A Comprehensive Critique

This is a form of argument found not just in the technical literature but also in many biology textbooks. So in my chapter in Theistic Evolution,titled “Universal Common Descent: A Comprehensive Critique,” I framed a critique of UCA by looking at “evidence from many independent sources” — specifically, biogeography, paleontology, molecular and morphological phylogenies, and embryology. Here’s what I found:

  • In biogeography, evolutionists appeal to unlikely and speculative explanations where species must raft across vast oceans in order for common descent to account for their unexpected locations.
  • Paleontology fails to reveal the continuous branching pattern predicted by common ancestry, and the fossil record is dominated by abrupt explosions of new life forms. 
  • Regarding molecular and morphology-based trees, conflicting phylogenies have left the “tree of life” in tatters. Inconsistent phylogenetic methods predict that shared similarity indicates common inheritance, except for when it doesn’t.
  • Similar inconsistent methodological problems exist in embryology, where significant differences exist between embryos in their early stages, leading evolutionary biologists to predict that similarities will exist between vertebrate embryos, except for when we find differences, and then it predicts those too.

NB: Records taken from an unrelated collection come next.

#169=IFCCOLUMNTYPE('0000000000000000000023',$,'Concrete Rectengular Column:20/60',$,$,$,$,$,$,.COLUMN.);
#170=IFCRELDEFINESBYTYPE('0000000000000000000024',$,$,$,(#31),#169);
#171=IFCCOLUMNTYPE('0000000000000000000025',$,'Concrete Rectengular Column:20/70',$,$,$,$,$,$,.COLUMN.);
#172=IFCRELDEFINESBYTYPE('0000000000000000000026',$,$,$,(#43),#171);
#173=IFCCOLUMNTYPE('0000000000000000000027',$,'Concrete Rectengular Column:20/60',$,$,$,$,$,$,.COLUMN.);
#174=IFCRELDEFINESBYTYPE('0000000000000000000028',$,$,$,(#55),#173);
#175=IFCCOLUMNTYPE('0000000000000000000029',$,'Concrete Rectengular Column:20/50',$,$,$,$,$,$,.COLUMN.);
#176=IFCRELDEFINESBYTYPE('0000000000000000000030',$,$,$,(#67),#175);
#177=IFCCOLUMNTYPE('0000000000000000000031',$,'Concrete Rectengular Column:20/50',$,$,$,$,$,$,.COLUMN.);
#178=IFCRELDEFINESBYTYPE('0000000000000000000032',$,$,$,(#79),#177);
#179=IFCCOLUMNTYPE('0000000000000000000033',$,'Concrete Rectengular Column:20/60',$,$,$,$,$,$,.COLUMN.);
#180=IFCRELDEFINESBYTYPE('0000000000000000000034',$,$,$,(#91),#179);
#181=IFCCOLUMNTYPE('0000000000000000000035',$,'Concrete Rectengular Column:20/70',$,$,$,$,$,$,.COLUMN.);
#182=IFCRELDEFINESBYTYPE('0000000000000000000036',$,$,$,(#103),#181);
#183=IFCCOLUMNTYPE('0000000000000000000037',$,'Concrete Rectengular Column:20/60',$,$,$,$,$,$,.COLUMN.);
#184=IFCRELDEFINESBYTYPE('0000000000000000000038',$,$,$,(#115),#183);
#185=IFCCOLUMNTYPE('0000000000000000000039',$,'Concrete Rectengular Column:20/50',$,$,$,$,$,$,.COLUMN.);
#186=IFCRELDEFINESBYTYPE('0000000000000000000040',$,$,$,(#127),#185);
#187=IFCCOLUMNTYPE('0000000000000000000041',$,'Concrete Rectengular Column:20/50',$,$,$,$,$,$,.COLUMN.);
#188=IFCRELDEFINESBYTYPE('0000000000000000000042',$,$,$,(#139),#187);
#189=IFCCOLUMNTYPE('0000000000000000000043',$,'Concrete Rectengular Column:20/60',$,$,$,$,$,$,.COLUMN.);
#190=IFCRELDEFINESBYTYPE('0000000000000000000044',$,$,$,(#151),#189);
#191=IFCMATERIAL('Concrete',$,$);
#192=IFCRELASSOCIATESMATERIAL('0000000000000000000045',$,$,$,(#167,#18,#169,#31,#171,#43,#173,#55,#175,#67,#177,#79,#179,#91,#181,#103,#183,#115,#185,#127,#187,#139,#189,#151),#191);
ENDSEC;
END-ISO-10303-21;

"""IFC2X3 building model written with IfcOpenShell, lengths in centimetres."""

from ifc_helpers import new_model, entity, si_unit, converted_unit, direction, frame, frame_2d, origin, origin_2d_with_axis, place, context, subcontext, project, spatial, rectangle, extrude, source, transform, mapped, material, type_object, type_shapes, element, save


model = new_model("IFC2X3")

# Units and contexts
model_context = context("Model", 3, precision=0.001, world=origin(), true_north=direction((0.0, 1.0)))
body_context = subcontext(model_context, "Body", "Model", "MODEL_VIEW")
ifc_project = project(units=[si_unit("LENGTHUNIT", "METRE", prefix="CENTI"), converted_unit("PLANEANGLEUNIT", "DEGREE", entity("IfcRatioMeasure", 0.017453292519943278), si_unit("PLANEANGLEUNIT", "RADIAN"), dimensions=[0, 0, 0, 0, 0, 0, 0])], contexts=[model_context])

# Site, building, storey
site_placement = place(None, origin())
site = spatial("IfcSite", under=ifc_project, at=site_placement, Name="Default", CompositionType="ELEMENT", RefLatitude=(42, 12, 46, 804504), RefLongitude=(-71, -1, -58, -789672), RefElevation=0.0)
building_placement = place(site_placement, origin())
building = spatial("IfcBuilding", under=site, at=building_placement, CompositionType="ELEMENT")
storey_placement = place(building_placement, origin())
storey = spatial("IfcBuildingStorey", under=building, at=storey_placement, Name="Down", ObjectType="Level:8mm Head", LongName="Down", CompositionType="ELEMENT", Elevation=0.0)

The collective evidence cited above shows that those who believe the tree of life is not 100 percent continuous across all organisms aren’t crazy. Whatever burdens of proof need to be met to have our view taken seriously, we’ve far exceeded them. 

At the very least, I think that the framing where the default assumption should be “total continuity” among organisms (UCA) until some “extraordinary evidence” comes along to show otherwise, is not appropriate framing. There’s plenty of evidence of discontinuity in biology, and this alone should allow us to have a real conversation about the data, where both viewpoints can converse on equal footing. 

Scientific arguments should be based upon a rhetorical symmetry. If a piece of evidence counts as evidence for a theory, then the opposite should count against it. So if one finds evidence for common descent, then it is necessary that when we find the opposite evidence, then that should count against common descent. And indeed we find much evidence opposite to the predictions of UCA. Those who believe discontinuities have plenty of evidence to back their view. They should not be rhetorically handicapped as they participate in this conversation.